In fact, India plans to double its coal production by 2020 as part of the country’s effort to increase its electricity production. Today, according to the World Bank, per-capita electricity use in India is just 744 kilowatt-hours per year. That’s less than a quarter of global average electricity consumption, which, again according to the World Bank, is about 3,000 kilowatt-hours per year. (In the U.S., consumption is about 13,000 kilowatt-hours per year.)

And that leads us to the charge of “carbon imperialism,” which was leveled by Arvin Subramanian, the Indian government’s chief economic adviser, in a November 26 op-ed in the Financial Times. He wrote about the push in wealthy countries to quit using hydrocarbons and pointed to the vow made by the Obama administration and other countries’ governments “to vote against fossil fuel energy projects in developing countries when multilateral development banks are voting on them.” (I covered this issue in these pages back in 2013 and again in 2014.)

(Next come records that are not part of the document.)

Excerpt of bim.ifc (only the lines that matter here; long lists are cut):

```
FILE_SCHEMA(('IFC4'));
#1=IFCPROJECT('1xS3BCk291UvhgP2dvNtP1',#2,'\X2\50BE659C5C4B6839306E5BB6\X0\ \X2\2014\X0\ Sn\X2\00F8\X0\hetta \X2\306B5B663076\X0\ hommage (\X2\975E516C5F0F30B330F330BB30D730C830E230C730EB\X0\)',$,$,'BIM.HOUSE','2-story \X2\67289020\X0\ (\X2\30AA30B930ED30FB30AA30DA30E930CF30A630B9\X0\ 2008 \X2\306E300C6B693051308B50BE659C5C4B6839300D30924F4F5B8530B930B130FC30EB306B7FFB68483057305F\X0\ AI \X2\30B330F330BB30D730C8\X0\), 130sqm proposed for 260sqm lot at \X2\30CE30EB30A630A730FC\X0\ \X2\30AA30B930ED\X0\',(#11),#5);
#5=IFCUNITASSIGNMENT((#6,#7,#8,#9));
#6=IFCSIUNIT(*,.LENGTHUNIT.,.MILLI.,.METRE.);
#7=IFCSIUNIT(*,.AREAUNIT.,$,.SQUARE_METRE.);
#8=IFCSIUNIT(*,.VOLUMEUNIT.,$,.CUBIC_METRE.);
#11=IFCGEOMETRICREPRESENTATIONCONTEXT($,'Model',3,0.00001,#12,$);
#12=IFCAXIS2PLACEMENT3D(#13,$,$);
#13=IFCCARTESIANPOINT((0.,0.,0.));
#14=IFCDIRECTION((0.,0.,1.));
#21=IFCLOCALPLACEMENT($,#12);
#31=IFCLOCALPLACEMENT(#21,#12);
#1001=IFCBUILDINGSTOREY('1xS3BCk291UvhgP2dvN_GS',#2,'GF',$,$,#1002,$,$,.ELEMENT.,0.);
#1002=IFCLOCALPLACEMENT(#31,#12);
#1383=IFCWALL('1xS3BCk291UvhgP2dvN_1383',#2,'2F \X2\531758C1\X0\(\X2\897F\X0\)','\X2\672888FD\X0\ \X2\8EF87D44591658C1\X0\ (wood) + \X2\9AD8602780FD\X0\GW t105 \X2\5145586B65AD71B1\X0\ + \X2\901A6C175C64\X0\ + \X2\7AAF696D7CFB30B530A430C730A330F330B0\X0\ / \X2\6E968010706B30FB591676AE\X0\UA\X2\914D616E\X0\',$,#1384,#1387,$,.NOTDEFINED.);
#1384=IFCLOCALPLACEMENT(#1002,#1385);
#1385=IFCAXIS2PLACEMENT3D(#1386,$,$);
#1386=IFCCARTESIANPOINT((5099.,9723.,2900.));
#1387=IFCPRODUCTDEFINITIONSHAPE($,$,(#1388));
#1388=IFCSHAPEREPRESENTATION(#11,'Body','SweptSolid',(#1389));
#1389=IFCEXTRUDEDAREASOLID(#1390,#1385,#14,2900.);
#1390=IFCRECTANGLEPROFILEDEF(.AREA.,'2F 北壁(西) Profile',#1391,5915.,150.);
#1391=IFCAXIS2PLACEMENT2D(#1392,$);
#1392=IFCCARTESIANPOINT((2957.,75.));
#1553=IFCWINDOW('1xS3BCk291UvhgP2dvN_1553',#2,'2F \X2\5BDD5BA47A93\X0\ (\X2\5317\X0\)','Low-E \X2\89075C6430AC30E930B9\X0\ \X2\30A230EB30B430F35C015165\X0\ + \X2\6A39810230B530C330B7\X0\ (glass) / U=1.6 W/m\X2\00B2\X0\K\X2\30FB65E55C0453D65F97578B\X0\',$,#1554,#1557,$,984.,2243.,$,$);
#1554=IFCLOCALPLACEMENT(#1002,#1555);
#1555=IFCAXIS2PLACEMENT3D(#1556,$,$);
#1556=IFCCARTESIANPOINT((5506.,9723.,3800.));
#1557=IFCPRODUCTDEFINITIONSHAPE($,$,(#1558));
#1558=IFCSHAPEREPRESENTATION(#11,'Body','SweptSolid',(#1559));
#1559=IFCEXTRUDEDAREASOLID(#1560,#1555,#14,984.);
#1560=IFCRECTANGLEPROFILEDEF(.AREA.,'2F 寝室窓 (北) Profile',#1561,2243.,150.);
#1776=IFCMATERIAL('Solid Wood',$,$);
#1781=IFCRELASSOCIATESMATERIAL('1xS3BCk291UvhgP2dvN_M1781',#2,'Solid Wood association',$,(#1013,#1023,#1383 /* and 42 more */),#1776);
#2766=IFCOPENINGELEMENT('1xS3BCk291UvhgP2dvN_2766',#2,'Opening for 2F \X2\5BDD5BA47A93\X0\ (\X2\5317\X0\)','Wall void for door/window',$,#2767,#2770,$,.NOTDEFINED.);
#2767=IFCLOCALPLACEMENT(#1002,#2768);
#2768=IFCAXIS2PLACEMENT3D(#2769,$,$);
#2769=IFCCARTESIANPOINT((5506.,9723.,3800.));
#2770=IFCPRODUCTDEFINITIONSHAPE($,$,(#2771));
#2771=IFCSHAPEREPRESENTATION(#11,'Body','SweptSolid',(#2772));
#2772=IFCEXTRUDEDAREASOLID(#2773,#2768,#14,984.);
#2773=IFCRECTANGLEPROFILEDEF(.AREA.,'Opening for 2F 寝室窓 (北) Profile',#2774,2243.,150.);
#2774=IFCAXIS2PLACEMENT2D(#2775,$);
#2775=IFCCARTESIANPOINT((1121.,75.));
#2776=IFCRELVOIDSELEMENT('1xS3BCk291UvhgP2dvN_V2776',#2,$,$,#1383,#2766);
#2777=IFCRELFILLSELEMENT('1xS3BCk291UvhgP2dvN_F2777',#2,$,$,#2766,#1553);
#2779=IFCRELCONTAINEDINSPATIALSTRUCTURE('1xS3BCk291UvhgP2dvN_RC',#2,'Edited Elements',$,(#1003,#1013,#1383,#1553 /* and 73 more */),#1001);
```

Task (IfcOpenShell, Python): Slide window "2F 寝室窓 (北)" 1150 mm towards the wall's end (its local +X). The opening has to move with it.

```python
import ifcopenshell
import ifcopenshell.api.geometry
import ifcopenshell.util.placement

model = ifcopenshell.open("bim.ifc")

window = model.by_id(1553)
opening = window.FillsVoids[0].RelatingOpeningElement
wall = opening.VoidsElements[0].RelatingBuildingElement

wall_matrix = ifcopenshell.util.placement.get_local_placement(wall.ObjectPlacement)
shift = wall_matrix[:3, 0] * 1150.0
before = ifcopenshell.util.placement.get_local_placement(window.ObjectPlacement)[:3, 3].copy()

# The window is not placed relative to its opening, so move both.
for product in (opening, window):
    matrix = ifcopenshell.util.placement.get_local_placement(product.ObjectPlacement)
    matrix[:3, 3] += shift
    ifcopenshell.api.geometry.edit_object_placement(model, product=product, matrix=matrix, is_si=False)

after = ifcopenshell.util.placement.get_local_placement(window.ObjectPlacement)[:3, 3]
print("window moved by", (after - before).round(3) + 0.0)

model.write("bim_v2.ifc")
```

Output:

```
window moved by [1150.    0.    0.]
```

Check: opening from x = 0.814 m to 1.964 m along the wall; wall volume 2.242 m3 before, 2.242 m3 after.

Subramanian pointed out that the U.S. produces “at least 35 percent more coal than India,” even though India’s population of 1.2 billion is roughly four times that of the U.S.

He continued, writing that for India, “a country struggling to provide basic electricity to about 25 per cent of the population,” the effort to stop fossil-fuel projects in poor countries “smacks of a ‘carbon imperialism.’ And such imperialism on the part of advanced nations could spell disaster for India and other developing countries.”

Subramanian concluded by saying that “rather than unconscionable calls to phase out India’s cheapest form of energy,” the wealthy countries should be working with India to develop cleaner forms of coal combustion. Indeed, Subramanian is merely echoing what Pachauri said in 2009: namely, that India isn’t as worried about climate change as it is about bringing more of its citizens out of the dark. And the fuel that is helping it do that is coal.

The bottom line here is abundantly obvious: If the government leaders meeting in Paris are going to be serious about reducing carbon dioxide emissions, then they will have to agree to fund the research, development, and deployment of energy technologies that can displace coal in the developing world. And that, in a word, means nuclear.

Will nuclear energy feature prominently in Paris? I wouldn’t count on it. But if the countries of the world agree to ramp up research and development of nuclear reactors that are safer and cheaper than today’s reactors, then perhaps the meeting won’t be a failure after all.